À Montfarville, une église au clocher médiéval cache un trésor du XIXe siècle : une voûte entièrement peinte par Guillaume Fouace, peintre normand de génie, entre 1879 et 1882.
Nichée dans le bocage du Val de Saire, à quelques kilomètres de Barfleur, l'église de Montfarville est l'un de ces édifices discrets dont l'intérieur stupéfie le visiteur qui pousse la porte sans s'y attendre. Sa sobre silhouette normande, dominée par un clocher roman du XIIIe siècle aux pierres patinées par les siècles, ne laisse rien présager de l'explosion décorative qui l'attend à l'intérieur. Car c'est bien là que réside l'exception absolue de Montfarville : une voûte en berceau recouverte d'un programme iconographique complet, mêlant stucs en relief et peintures sur toiles marouflées. L'ensemble a été exécuté entre 1879 et 1882 par Guillaume Fouace, enfant du pays et peintre académique d'envergure nationale, formé à Paris dans les ateliers les plus réputés de son temps. Le résultat est une œuvre totale, d'une cohérence et d'une qualité picturale rarissimes pour une église rurale de cette taille. La visite de l'église de Montfarville est une expérience d'une intensité particulière. En levant les yeux vers la voûte, le visiteur est happé par la composition générale, les figures hiératiques des apôtres, les scènes bibliques aux coloris chaleureux et les ornements en stucs qui rythment l'espace. La lumière filtrée par les fenêtres du chœur du XVIIIe siècle enveloppe l'ensemble d'une atmosphère recueillie et presque irréelle. Le cadre extérieur renforce le charme du lieu. Le village de Montfarville, typique de la campagne manchoise, offre un environnement préservé où la pierre grise et les pommers en fleurs au printemps composent un tableau d'une douce mélancolie normande. L'église est facilement accessible depuis Barfleur ou Saint-Vaast-la-Hougue, deux bourgs côtiers prisés des visiteurs du Cotentin.
L'église de Montfarville présente une silhouette composite, fruit de l'accumulation de plusieurs campagnes de construction. Le clocher, érigé au XIIIe siècle, est le témoin le plus éloquent de la phase médiévale : construit en pierre calcaire locale, il arbore les formes rondes et les appareillages soignés caractéristiques de l'architecture romane tardive normande, avec des ouvertures en plein cintre qui assurent à la fois l'éclairage du beffroi et son ornementation.
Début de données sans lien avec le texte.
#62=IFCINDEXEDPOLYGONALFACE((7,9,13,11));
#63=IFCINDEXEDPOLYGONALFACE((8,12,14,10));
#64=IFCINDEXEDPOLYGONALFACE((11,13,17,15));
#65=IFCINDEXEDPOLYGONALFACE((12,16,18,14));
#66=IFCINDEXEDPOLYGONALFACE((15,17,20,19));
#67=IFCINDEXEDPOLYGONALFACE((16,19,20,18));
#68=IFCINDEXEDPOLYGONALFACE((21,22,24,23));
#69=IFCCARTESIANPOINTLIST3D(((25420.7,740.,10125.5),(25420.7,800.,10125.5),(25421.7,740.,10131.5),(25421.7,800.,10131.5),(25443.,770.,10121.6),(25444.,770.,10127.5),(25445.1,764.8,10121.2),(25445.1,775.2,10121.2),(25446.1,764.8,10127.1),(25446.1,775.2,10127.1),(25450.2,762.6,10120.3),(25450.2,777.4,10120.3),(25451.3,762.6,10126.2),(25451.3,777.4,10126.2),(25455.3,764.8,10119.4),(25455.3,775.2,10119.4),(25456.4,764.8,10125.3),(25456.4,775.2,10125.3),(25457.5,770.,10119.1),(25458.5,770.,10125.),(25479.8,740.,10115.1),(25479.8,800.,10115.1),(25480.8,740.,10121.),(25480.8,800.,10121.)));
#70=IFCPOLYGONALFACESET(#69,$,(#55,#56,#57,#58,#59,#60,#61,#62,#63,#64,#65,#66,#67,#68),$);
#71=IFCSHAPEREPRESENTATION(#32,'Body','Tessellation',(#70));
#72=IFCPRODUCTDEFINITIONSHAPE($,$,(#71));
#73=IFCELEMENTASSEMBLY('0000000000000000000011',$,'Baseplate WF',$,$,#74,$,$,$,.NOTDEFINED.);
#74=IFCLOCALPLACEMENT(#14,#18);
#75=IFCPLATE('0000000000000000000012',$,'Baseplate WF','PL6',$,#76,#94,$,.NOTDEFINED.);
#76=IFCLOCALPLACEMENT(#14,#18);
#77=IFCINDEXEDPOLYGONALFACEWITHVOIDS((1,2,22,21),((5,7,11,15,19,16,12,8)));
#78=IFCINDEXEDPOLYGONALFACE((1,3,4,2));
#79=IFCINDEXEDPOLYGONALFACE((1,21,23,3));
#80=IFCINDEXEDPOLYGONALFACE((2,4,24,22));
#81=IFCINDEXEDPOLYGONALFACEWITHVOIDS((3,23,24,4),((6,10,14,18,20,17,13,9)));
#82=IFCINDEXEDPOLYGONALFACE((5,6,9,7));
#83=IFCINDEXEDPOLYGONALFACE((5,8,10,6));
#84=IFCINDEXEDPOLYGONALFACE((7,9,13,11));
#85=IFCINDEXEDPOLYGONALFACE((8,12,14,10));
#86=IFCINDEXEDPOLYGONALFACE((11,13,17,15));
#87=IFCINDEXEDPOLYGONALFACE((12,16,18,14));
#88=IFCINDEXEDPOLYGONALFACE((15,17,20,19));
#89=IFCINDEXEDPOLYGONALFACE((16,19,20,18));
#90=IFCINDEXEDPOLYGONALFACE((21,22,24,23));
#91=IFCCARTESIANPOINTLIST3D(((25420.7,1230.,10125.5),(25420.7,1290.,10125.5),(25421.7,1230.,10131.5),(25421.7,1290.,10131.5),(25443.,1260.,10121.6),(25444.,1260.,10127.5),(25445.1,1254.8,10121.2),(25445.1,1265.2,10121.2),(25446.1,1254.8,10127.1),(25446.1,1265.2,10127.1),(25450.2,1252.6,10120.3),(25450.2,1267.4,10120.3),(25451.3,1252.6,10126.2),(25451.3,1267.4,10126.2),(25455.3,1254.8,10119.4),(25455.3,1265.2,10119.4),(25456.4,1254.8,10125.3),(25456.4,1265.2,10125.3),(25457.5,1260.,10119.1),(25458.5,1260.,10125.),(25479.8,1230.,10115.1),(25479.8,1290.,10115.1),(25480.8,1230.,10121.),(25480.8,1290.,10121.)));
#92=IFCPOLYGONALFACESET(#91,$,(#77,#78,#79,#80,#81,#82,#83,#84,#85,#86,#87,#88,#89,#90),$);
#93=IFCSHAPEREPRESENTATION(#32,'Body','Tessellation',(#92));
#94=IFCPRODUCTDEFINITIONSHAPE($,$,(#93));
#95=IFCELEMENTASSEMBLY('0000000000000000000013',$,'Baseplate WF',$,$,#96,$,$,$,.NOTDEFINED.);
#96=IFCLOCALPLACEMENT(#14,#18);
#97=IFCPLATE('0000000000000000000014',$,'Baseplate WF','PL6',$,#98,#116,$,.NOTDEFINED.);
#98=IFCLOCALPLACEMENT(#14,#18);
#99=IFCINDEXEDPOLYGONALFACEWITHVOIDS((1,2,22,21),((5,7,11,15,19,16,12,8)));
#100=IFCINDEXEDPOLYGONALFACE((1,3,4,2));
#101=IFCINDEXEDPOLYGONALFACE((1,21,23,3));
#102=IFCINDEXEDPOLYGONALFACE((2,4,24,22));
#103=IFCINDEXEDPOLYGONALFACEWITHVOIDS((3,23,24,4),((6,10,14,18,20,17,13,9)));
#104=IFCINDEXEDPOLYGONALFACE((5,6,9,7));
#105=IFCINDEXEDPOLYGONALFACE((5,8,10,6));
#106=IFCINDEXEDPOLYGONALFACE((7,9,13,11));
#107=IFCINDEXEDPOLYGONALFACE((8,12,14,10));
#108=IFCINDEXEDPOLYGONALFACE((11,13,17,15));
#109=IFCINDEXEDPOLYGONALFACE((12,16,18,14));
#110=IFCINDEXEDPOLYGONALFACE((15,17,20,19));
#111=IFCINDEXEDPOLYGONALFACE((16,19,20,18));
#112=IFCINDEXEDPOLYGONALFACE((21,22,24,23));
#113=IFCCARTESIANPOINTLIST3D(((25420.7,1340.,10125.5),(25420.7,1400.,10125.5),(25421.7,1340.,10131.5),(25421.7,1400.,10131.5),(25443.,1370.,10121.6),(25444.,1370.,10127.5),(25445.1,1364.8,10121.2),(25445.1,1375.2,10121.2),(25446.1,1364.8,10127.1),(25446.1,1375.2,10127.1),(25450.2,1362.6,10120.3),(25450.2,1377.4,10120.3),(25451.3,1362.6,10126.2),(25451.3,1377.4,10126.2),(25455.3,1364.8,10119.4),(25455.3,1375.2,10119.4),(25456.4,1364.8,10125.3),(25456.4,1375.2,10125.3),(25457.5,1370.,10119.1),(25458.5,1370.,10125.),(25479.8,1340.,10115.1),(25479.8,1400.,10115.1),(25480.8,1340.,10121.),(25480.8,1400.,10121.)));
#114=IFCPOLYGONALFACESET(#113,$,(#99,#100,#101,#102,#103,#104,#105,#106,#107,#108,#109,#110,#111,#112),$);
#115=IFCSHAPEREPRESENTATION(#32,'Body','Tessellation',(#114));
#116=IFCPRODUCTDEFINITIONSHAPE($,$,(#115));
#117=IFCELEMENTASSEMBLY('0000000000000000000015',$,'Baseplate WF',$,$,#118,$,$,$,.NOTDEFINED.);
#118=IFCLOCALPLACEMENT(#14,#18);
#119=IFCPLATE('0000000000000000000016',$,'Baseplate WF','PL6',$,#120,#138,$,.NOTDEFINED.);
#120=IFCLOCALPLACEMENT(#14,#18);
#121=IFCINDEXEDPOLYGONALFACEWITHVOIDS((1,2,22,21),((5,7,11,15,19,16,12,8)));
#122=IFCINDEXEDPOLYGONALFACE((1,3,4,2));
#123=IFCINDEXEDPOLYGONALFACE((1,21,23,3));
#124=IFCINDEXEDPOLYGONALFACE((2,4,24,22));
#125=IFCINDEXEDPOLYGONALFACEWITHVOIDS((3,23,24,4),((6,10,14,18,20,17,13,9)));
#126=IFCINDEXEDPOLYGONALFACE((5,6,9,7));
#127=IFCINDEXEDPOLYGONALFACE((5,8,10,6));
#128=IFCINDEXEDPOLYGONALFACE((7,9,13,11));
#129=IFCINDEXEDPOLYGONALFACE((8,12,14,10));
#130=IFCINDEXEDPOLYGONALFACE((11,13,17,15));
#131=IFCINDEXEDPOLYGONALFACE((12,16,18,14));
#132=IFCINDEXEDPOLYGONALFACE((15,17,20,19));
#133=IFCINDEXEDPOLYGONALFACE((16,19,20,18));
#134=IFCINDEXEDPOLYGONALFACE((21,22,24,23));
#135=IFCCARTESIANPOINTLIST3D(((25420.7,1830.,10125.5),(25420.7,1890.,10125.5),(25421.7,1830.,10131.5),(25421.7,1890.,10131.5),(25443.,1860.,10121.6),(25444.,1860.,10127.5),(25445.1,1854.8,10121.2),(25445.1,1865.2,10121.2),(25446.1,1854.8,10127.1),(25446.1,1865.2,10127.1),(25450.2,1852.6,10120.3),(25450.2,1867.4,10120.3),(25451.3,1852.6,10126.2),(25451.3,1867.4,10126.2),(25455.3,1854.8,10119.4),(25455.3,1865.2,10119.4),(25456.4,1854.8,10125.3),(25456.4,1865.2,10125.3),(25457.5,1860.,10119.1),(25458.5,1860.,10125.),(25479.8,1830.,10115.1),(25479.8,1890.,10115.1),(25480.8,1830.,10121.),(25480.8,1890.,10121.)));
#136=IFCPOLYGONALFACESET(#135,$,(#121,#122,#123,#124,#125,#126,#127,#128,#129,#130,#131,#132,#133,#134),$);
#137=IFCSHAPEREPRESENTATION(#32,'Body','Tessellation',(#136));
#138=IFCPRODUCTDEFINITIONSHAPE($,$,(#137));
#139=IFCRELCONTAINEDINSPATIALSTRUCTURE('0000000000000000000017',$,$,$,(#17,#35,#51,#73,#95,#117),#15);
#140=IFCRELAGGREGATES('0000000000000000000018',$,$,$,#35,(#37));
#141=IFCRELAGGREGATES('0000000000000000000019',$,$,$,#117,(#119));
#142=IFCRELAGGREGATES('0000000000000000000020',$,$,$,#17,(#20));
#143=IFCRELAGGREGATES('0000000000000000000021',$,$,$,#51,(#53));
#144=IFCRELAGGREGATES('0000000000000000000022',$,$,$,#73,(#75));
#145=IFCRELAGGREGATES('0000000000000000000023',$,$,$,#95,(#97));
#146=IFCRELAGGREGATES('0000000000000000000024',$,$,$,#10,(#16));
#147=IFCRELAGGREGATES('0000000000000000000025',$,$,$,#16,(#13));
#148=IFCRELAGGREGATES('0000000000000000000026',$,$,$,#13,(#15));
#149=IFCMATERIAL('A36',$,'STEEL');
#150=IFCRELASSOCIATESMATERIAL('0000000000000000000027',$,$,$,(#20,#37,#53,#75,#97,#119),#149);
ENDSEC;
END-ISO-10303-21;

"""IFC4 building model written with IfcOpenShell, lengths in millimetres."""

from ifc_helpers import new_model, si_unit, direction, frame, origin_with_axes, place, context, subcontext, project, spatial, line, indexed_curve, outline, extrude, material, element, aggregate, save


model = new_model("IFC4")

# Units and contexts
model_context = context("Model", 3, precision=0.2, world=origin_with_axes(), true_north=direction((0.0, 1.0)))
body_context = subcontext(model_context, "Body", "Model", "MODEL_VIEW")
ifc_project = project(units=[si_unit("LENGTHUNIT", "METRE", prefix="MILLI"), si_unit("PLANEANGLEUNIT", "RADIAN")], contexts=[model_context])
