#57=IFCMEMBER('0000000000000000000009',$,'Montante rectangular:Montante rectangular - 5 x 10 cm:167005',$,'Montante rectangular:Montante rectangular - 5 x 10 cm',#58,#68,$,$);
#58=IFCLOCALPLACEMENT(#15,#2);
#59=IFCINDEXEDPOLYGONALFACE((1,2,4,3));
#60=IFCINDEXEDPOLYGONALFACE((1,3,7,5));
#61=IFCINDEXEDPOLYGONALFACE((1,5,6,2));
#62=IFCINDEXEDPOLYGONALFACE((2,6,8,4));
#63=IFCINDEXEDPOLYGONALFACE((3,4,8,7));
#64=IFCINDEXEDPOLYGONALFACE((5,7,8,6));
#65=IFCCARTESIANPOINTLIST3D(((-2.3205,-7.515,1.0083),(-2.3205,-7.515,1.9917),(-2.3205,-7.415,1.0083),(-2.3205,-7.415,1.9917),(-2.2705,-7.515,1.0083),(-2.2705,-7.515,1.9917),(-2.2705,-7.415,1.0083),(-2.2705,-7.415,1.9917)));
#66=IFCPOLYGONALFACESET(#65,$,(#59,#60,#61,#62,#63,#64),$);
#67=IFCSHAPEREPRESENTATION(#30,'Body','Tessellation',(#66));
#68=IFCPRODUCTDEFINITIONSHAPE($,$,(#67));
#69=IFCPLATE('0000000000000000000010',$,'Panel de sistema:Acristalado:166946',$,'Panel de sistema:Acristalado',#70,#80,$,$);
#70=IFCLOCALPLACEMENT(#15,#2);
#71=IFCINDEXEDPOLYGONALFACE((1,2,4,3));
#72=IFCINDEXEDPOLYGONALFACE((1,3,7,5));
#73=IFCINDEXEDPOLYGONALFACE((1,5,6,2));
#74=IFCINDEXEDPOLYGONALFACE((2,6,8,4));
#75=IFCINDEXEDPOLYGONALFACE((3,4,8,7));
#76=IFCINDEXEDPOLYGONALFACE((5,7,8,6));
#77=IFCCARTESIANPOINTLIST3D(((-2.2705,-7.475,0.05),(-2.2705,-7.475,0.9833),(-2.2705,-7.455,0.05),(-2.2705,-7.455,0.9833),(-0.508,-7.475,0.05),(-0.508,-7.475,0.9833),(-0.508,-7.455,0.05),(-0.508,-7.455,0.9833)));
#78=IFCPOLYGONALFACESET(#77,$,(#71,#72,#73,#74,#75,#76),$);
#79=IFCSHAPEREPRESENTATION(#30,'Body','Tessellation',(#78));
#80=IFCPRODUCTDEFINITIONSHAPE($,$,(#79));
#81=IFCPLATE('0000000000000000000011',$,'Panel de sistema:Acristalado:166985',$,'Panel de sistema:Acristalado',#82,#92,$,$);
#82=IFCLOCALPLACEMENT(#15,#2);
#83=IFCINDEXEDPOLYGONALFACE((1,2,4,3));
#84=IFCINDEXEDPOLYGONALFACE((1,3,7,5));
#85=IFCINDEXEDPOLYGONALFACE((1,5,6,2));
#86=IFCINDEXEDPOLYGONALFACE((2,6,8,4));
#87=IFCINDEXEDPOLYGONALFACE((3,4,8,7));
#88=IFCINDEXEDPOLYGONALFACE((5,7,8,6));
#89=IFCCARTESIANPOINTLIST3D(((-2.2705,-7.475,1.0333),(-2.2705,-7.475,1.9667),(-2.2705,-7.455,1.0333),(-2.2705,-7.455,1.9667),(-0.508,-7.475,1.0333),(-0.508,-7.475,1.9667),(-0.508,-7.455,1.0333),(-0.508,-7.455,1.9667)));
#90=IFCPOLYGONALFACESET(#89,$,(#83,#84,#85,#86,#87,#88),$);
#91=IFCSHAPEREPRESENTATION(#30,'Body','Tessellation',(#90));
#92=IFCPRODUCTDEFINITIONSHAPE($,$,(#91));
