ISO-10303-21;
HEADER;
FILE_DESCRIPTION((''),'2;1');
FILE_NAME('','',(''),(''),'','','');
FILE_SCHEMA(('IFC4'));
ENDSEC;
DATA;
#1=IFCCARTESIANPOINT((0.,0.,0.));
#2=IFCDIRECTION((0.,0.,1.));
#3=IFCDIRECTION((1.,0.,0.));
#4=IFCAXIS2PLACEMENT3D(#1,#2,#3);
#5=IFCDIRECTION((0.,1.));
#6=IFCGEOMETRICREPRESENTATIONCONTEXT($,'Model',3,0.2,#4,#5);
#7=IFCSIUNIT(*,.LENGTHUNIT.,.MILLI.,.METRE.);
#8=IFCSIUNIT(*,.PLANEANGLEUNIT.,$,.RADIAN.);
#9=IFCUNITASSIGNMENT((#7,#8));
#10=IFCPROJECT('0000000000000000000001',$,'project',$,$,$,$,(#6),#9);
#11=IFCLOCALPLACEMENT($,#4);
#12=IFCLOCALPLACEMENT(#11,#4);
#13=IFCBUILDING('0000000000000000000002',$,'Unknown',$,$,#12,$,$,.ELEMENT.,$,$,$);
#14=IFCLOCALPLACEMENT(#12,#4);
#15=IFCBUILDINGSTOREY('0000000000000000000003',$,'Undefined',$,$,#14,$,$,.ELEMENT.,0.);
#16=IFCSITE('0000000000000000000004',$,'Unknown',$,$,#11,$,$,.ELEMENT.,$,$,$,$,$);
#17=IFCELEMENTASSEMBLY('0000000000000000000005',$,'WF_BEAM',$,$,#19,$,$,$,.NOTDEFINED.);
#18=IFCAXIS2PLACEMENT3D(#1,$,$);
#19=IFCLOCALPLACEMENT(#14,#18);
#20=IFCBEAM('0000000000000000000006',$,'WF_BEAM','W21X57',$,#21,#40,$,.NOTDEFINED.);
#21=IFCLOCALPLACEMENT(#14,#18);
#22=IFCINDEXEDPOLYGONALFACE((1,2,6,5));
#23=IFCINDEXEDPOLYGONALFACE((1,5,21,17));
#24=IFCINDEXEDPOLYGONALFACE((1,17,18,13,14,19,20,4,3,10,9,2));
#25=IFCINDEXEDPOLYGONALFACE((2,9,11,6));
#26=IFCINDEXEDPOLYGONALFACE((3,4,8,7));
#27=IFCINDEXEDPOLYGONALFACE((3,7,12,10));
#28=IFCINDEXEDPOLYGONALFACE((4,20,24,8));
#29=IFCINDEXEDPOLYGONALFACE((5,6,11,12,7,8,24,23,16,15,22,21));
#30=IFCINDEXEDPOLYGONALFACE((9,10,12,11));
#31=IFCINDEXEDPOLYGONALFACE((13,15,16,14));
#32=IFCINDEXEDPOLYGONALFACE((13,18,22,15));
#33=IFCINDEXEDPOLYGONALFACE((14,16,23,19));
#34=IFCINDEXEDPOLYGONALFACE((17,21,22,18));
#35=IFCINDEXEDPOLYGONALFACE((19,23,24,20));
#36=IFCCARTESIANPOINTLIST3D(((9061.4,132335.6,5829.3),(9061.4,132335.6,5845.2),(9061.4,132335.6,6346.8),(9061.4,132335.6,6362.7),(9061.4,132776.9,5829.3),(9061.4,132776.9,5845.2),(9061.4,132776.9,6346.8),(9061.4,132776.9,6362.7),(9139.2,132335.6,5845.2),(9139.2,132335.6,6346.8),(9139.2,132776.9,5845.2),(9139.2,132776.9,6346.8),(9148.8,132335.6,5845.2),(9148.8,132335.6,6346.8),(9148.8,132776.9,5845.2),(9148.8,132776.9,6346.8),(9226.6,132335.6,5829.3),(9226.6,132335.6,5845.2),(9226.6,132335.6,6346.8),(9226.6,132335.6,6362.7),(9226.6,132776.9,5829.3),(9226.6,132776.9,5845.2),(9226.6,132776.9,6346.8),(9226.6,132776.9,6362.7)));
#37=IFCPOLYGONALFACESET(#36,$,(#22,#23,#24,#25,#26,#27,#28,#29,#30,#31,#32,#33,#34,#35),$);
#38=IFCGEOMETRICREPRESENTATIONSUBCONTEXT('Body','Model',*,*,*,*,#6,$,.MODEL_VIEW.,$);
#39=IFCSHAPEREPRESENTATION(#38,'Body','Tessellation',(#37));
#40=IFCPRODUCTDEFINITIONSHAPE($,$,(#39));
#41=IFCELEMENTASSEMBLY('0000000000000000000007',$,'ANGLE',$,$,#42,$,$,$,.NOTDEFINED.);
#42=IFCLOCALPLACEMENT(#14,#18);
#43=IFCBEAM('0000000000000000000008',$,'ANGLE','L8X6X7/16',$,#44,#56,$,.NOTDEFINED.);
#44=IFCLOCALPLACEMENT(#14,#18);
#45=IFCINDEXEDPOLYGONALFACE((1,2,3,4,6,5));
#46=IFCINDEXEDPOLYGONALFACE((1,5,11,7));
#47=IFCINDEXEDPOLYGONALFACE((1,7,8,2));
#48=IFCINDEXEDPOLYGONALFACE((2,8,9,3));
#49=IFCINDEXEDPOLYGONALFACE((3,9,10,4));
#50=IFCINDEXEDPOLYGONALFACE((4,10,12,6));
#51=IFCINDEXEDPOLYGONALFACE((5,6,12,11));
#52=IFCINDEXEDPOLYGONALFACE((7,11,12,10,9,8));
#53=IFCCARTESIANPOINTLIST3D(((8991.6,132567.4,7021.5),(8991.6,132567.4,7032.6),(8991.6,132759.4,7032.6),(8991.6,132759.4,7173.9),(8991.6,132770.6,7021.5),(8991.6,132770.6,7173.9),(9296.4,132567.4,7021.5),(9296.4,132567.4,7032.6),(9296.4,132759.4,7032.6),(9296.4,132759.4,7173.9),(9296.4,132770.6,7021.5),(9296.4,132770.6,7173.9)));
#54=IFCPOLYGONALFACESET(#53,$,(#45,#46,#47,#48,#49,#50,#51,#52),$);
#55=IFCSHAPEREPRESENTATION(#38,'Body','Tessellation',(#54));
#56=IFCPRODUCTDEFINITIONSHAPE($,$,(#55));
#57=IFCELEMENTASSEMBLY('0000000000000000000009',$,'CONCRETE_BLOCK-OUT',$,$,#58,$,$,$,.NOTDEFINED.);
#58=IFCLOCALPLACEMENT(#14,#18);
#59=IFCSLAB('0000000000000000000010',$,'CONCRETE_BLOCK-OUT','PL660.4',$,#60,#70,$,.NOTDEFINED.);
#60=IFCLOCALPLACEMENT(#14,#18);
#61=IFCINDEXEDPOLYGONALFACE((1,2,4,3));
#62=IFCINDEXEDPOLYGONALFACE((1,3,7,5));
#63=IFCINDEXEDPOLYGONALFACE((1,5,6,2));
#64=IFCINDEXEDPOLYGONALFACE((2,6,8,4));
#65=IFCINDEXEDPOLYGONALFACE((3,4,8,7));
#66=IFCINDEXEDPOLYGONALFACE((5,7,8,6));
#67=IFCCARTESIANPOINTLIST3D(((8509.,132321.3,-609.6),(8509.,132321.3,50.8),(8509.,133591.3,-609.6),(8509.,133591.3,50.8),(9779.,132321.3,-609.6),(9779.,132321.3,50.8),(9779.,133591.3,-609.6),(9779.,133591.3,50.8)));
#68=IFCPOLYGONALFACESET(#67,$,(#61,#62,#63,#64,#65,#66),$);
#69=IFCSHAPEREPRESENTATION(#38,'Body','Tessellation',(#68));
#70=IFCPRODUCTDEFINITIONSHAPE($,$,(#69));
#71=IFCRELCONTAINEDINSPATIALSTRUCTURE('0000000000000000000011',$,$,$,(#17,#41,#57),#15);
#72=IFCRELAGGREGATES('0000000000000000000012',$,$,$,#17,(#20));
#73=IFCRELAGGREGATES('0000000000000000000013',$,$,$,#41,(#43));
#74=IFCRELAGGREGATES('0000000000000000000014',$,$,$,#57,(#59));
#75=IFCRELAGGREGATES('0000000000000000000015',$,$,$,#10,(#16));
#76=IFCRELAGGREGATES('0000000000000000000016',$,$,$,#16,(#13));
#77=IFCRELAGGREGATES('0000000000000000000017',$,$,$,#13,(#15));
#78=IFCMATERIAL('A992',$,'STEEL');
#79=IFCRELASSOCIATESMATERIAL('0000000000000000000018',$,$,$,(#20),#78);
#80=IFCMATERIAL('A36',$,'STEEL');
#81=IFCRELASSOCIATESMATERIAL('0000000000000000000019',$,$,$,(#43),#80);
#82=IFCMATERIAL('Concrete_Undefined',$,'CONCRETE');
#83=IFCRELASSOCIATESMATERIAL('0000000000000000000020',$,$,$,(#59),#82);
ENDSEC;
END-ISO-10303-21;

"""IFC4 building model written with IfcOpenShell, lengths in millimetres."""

from ifc_helpers import new_model, si_unit, direction, frame, origin_with_axes, place, context, subcontext, project, spatial, line, indexed_curve, outline, extrude, material, element, aggregate, save


model = new_model("IFC4")

# Units and contexts
model_context = context("Model", 3, precision=0.2, world=origin_with_axes(), true_north=direction((0.0, 1.0)))
body_context = subcontext(model_context, "Body", "Model", "MODEL_VIEW")
ifc_project = project(units=[si_unit("LENGTHUNIT", "METRE", prefix="MILLI"), si_unit("PLANEANGLEUNIT", "RADIAN")], contexts=[model_context])

# Site, building, storey
site_placement = place(None, origin_with_axes())
site = spatial("IfcSite", under=ifc_project, at=site_placement, Name="Unknown", CompositionType="ELEMENT")
building_placement = place(site_placement, origin_with_axes())
building = spatial("IfcBuilding", under=site, at=building_placement, Name="Unknown", CompositionType="ELEMENT")
storey_placement = place(building_placement, origin_with_axes())
storey = spatial("IfcBuildingStorey", under=building, at=storey_placement, Name="Undefined", CompositionType="ELEMENT", Elevation=0.0)

# Shared definitions
ifc_material_1 = material(Name="A992", Category="STEEL")

# Element assemblies, beams
ifc_material_2 = material(Name="A36", Category="STEEL")
assembly_1_placement = place(storey_placement, frame((9144.0, 132335.6, 6096.0), z_axis=(1.0, 0.0, 0.0), x_axis=(0.0, 1.0, 0.0)))
assembly_1 = element("IfcElementAssembly", 1, at=assembly_1_placement, inside=storey, Name="WF_BEAM", PredefinedType="NOTDEFINED")
beam_1_placement = place(assembly_1_placement, origin_with_axes())
beam_1 = element("IfcBeam", 2, at=beam_1_placement, material=ifc_material_1, Name="WF_BEAM", Description="W21X57", PredefinedType="NOTDEFINED", context=body_context, shape_type="SolidModel", body=[
    extrude(outline(indexed_curve([(-82.5, -266.7), (82.5, -266.7), (82.5, -250.8), (4.8, -250.8), (4.8, 250.8), (82.5, 250.8), (82.5, 266.7), (-82.5, 266.7), (-82.5, 250.8), (-4.8, 250.8), (-4.8, -250.8), (-82.5, -250.8)], segments=[line(1, 2, 3, 4, 5, 6, 7, 8, 9, 10, 11, 12, 1)])), frame((0.0, 0.0, 0.0), z_axis=(-1.0, 0.0, 0.0), x_axis=(0.0, 0.0, 1.0)), (0.0, 0.0, -1.0), 441.3),
])
aggregate(assembly_1, [beam_1])
assembly_2_placement = place(storey_placement, frame((9296.4, 132669.0, 7097.7), z_axis=(0.0, 0.0, 1.0), x_axis=(-1.0, 0.000019, 0.0)))
assembly_2 = element("IfcElementAssembly", 3, at=assembly_2_placement, inside=storey, Name="ANGLE", PredefinedType="NOTDEFINED")
beam_2_placement = place(assembly_2_placement, origin_with_axes())
beam_2 = element("IfcBeam", 4, at=beam_2_placement, material=ifc_material_2, Name="ANGLE", Description="L8X6X7/16", PredefinedType="NOTDEFINED", context=body_context, shape_type="SolidModel", body=[
    extrude(outline(indexed_curve([(-76.2, -101.6), (76.2, -101.6), (76.2, -90.5), (-65.1, -90.5), (-65.1, 101.6), (-76.2, 101.6)], segments=[line(1, 2, 3, 4, 5, 6, 1)])), frame((0.0, 0.0, 0.0), z_axis=(-1.0, 0.0, 0.0), x_axis=(0.0, 0.0, 1.0)), (0.0, 0.0, -1.0), 304.8),
])
aggregate(assembly_2, [beam_2])

# Element assembly, slab
assembly_3_placement = place(storey_placement, frame((9779.0, 133591.3, -279.4), z_axis=(0.0, 0.0, 1.0), x_axis=(-1.0, 0.0, 0.0)))
assembly_3 = element("IfcElementAssembly", 5, at=assembly_3_placement, inside=storey, Name="CONCRETE_BLOCK-OUT", PredefinedType="NOTDEFINED")
ifc_material_3 = material(Name="Concrete_Undefined", Category="CONCRETE")
slab_placement = place(assembly_3_placement, origin_with_axes())
slab = element("IfcSlab", 6, at=slab_placement, material=ifc_material_3, Name="CONCRETE_BLOCK-OUT", Description="PL660.4", PredefinedType="NOTDEFINED", context=body_context, shape_type="SolidModel", body=[
    extrude(outline(indexed_curve([(0.0, 0.0), (1270.0, 0.0), (1270.0, 1270.0), (0.0, 1270.0)], segments=[line(1, 2, 3, 4, 1)])), frame((0.0, 0.0, 330.2), z_axis=(0.0, 0.0, 1.0), x_axis=(1.0, 0.0, 0.0)), (0.0, 0.0, -1.0), 660.4),
])
aggregate(assembly_3, [slab])

save(model, "model.ifc")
La nef et le chœur, reconstruits vers 1763, adoptent un langage classique épuré, très représentatif de l'architecture religieuse rurale de la seconde moitié du XVIIIe siècle en Normandie. Les volumes sont simples, les façades peu ornées, et la couverture en ardoise — matériau roi de la région — s'adapte parfaitement au climat pluvieux du Cotentin. L'intérieur est organisé autour d'une voûte en berceau continue, surface idéale que Fouace saura exploiter avec maestria un siècle plus tard. C'est précisément cette voûte qui constitue la pièce maîtresse de l'édifice. Entre 1879 et 1882, Guillaume Fouace y déploie un décor combinant stucs en relief — pilastres, encadrements, motifs floraux et géométriques — et peintures sur toiles marouflées représentant des scènes religieuses et des figures de saints. La technique de la toile marouflée, qui consiste à coller une toile peinte sur un support mural, garantit la durabilité de l'œuvre tout en permettant à l'artiste de travailler en atelier dans de meilleures conditions. L'ensemble forme un cycle iconographique cohérent et d'une grande qualité plastique, rare témoignage de la peinture monumentale académique de la fin du XIXe siècle en milieu rural.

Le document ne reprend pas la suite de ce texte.